Altruistically speaking, the community such as Pianobook could indeed profit if the available instruments would be ported to Spitfire Player. But I'm guessing that this would be a slow and difficult process, let alone if they should decide to convert the whole available library. Then, there is also the question will they keep the multi-format availability scheme. In any case, quite a mess, as your diagram aptly demonstrates.

P.S. I still think that SA Player should get much more refined, especially if this is the future for everything related to Spitfire. Personally, I mostly have and use Kontakt libraries from SA and I intend to keep on using them. However, the Labs series are too good to be missed, even for us with larger commercial libraries, so I'm trying to give the dedicated player a chance. I've also gotten most of the Originals titles for free, being an owner of the Kontakt originals - these could be interesting for sketching purposes or mobile rig.


----------



## curry36 (Mar 25, 2021)

Is there anything more like the Dictaphone Loop Synth? Any other libraries/commercial libraries?
I've been looking for this kinda cassette looped sound like forever and would love to explore more soundscapes in that quality.

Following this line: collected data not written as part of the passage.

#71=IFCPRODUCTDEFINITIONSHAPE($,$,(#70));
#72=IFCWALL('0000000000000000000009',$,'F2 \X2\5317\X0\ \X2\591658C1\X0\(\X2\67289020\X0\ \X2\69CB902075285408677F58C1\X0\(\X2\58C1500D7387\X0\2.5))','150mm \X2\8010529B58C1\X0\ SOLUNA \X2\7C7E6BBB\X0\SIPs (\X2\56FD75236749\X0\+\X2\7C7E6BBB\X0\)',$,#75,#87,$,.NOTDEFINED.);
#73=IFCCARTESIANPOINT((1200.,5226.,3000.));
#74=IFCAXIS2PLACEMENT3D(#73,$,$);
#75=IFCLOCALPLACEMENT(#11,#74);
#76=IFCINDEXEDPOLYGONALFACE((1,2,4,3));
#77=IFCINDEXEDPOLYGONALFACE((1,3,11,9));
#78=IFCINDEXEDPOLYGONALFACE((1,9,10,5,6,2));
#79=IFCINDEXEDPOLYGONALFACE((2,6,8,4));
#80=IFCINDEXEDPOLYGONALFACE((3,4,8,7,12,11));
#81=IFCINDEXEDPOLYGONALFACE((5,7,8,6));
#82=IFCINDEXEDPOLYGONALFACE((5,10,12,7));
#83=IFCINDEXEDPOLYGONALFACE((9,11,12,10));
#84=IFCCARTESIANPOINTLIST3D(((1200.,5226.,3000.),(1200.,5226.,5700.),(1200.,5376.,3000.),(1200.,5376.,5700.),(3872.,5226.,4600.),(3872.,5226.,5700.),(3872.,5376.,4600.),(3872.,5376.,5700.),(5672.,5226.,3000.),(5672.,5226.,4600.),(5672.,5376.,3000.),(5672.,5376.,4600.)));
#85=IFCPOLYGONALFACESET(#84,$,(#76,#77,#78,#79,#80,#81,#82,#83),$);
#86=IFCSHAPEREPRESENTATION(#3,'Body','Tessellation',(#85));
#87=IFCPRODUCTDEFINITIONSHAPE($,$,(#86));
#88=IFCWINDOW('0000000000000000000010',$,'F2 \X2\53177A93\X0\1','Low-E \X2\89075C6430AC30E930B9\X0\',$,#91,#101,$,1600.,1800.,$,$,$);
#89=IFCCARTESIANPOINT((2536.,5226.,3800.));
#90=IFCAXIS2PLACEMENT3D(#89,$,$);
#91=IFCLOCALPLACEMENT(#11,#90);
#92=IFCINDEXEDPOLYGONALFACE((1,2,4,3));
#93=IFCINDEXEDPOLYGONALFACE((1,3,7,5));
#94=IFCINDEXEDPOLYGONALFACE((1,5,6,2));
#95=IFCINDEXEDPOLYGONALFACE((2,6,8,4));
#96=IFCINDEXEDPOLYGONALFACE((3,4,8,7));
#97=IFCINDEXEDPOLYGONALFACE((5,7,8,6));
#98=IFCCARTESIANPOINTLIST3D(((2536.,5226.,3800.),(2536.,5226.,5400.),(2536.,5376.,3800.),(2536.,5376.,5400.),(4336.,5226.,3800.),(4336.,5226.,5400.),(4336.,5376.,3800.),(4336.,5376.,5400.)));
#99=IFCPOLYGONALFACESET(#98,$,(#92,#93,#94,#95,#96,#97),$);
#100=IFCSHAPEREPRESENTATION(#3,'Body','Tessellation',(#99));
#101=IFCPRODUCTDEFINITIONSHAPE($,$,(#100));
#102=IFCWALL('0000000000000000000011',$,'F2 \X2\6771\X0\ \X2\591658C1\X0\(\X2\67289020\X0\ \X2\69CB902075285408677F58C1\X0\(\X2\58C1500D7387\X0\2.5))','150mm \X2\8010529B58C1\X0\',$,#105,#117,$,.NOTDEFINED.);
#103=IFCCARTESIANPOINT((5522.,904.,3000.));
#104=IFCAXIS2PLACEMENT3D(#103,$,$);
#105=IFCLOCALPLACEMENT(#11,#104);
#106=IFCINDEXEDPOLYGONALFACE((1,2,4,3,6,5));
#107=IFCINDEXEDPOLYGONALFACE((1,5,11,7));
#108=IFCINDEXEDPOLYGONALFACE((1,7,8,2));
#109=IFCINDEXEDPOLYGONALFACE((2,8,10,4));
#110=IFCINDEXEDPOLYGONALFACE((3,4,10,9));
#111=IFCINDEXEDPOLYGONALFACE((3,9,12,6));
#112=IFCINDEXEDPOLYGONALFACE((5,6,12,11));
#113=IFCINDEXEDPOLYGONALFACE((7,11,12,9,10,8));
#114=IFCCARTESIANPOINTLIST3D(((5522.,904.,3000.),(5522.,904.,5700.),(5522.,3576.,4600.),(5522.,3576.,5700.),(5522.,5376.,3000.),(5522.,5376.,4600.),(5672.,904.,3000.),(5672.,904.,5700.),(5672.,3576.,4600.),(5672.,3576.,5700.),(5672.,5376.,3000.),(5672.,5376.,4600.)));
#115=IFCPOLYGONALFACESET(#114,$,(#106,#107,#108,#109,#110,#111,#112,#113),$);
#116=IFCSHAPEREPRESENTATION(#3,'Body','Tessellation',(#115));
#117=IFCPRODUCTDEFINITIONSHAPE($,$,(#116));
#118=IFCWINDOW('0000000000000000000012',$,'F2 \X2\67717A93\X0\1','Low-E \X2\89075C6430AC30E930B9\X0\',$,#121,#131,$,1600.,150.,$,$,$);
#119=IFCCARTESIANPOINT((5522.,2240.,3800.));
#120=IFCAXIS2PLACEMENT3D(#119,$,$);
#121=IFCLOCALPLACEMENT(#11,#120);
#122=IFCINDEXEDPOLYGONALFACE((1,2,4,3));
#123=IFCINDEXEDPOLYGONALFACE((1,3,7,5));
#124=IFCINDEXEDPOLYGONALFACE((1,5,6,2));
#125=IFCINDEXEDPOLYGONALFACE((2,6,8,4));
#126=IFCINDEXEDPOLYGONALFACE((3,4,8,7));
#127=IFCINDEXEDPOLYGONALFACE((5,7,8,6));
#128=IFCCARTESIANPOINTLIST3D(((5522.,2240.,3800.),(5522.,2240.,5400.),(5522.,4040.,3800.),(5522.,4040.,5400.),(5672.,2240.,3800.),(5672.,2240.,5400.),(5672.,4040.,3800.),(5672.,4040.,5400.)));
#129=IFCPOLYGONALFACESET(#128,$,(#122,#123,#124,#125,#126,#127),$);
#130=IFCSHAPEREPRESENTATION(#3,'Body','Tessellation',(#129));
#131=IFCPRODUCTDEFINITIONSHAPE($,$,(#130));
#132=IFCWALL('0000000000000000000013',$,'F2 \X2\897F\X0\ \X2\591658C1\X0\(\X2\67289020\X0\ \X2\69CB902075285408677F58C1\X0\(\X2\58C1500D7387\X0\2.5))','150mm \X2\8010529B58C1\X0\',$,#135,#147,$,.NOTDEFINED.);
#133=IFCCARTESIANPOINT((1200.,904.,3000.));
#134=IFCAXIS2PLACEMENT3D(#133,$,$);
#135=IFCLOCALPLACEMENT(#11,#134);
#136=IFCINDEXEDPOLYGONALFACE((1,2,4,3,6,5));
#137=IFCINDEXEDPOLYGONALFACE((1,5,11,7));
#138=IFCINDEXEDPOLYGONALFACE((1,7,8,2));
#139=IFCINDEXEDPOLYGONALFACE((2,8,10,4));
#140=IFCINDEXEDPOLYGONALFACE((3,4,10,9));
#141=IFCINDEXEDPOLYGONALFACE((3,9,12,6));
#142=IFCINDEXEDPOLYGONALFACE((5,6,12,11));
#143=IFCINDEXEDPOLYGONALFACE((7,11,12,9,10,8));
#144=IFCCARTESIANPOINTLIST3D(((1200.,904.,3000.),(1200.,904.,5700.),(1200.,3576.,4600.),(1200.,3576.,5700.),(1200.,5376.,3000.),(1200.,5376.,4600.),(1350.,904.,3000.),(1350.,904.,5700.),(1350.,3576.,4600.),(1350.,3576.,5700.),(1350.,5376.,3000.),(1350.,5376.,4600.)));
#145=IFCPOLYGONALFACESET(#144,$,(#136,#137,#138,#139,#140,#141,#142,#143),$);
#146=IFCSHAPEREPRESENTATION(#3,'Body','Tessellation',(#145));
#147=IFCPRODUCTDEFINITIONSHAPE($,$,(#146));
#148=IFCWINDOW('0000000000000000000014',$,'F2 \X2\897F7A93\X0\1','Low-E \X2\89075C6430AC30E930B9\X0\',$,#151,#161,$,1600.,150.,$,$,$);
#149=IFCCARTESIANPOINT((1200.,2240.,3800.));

Dictaphone Loop Synth – pianobook







www.pianobook.co.uk


----------



## TomislavEP (Mar 26, 2021)

Frankly, I'm not a big fan of lo-fi, but here is a small list of Pianobook instruments that (IMO) have a similar character as the one you've mentioned (these the ones that I've tried while exploring the new submissions). Of course, they were all made by using different techniques.


KL Pad 1
Little Low
Evergreen Voyager
Lyra Pad
Trumpetuba
Distant Brass
The last two remind me of some of the sounds featured in the Stephenson Steam Band section of the Albion series. There was also one made in a Photosynthesis Engine based on various Russian vintage synths, but I cannot recall the name.


----------



## synthesizerwriter (Mar 26, 2021)

Alternatively (and this follows a theme from recent Christian Henson YouTube videos), you could produce your own loops. There are lots of plug-in effects that can simulate wow, flutter and various other degredations associated with the tape recording process (or other analogue/digital processing). I've done a few freebies in MaxForLive for Ableton Live that give some flavour of the range that is out there:

Ferrous Modulation CH 0.02 by synthesizerwriter
Ironic Distortion mr 0.03 by synthesizerwriter
OnOff Emulation 0.02 by synthesizerwriter
(Any Generic Saturation plug-in)
(Any Low-Pass Filter plug-in)


----------



## TomislavEP (Mar 26, 2021)

Earlier I've forgotten to mention: if you haven't already, be sure to check out "Tape Orchestra" from Spitfire Labs. Sound-wise, this is very close to the style of "Dictaphone Loop Synth", but much more refined, of course.


----------



## TomislavEP (Jun 29, 2021)

It's been a while since my last post in this thread, so I've decided to put a list of some more recent Pianobook submissions that I've either used in my track or I plan to keep in my collection.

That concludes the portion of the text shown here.